For more discussion, see: https://discourse.llvm.org/t/rfc-honor-pragmas-with-ffp-contract-fast/80797
---
clang/docs/LanguageExtensions.rst | 4 +--
clang/docs/ReleaseNotes.rst | 4 +++
clang/docs/UsersManual.rst | 6 ++---
clang/include/clang/Basic/LangOptions.h | 10 +------
clang/include/clang/Driver/Options.td | 6 ++---
clang/lib/Basic/LangOptions.cpp | 14 ++--------
clang/lib/CodeGen/BackendUtil.cpp | 20 +++-----------
clang/lib/CodeGen/CGCall.cpp | 4 +--
clang/lib/Driver/ToolChains/Clang.cpp | 7 +++++
clang/lib/Frontend/CompilerInvocation.cpp | 6 ++---
clang/lib/Sema/SemaAttr.cpp | 1 -
.../ffp-contract-fast-honor-pramga-option.cpp | 2 +-
.../ffp-contract-fhp-pragma-override.cpp | 2 +-
clang/test/CodeGen/fp-function-attrs.cpp | 15 ++++++++++-
clang/test/CodeGenCUDA/fp-contract.cu | 27 ++-----------------
clang/test/Driver/fp-contract.c | 7 ++---
16 files changed, 49 insertions(+), 86 deletions(-)

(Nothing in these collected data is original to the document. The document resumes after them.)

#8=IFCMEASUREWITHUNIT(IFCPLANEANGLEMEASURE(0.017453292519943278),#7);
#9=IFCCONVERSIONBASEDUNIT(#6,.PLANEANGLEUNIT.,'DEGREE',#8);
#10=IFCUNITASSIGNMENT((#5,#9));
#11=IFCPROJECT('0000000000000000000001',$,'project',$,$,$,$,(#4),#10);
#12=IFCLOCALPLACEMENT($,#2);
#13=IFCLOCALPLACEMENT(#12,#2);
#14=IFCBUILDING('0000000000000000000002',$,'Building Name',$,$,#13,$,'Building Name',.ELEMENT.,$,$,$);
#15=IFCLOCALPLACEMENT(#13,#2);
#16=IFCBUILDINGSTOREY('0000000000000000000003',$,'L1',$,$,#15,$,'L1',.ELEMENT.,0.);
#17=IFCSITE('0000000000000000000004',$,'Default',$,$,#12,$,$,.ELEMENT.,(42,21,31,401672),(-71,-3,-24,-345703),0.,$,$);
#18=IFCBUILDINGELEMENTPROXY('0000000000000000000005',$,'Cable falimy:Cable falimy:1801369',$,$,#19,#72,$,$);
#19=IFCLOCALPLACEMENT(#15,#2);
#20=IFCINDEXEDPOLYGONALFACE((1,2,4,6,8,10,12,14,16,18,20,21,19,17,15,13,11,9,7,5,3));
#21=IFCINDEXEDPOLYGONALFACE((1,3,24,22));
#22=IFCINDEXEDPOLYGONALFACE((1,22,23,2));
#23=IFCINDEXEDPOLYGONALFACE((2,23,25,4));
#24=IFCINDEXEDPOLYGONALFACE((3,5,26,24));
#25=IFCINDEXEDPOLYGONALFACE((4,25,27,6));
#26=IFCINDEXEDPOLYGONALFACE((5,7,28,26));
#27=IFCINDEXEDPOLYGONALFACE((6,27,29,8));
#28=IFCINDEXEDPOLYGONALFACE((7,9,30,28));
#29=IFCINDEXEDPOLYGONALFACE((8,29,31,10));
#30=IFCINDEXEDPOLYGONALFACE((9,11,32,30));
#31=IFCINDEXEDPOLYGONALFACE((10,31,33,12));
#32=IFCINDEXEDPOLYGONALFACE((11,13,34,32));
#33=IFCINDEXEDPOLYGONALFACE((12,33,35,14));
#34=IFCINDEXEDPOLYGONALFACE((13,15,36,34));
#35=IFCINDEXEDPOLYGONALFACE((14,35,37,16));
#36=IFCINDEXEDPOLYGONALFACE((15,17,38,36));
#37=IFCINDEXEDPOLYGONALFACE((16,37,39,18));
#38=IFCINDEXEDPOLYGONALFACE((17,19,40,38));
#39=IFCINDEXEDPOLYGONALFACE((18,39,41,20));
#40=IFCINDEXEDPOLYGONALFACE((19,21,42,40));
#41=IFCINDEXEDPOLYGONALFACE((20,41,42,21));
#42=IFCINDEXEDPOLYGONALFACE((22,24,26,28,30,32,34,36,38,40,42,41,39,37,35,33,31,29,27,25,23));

diff --git a/clang/docs/LanguageExtensions.rst b/clang/docs/LanguageExtensions.rst
index 62903fc3744cad..cef239346f58c5 100644
--- a/clang/docs/LanguageExtensions.rst
+++ b/clang/docs/LanguageExtensions.rst
@@ -5037,9 +5037,7 @@ statements in C).
The pragma can also be used with ``off`` which turns FP contraction off for a
section of the code. This can be useful when fast contraction is otherwise
-enabled for the translation unit with the ``-ffp-contract=fast-honor-pragmas`` flag.
-Note that ``-ffp-contract=fast`` will override pragmas to fuse multiply and
-addition across statements regardless of any controlling pragmas.
+enabled for the translation unit with the ``-ffp-contract=fast`` flag.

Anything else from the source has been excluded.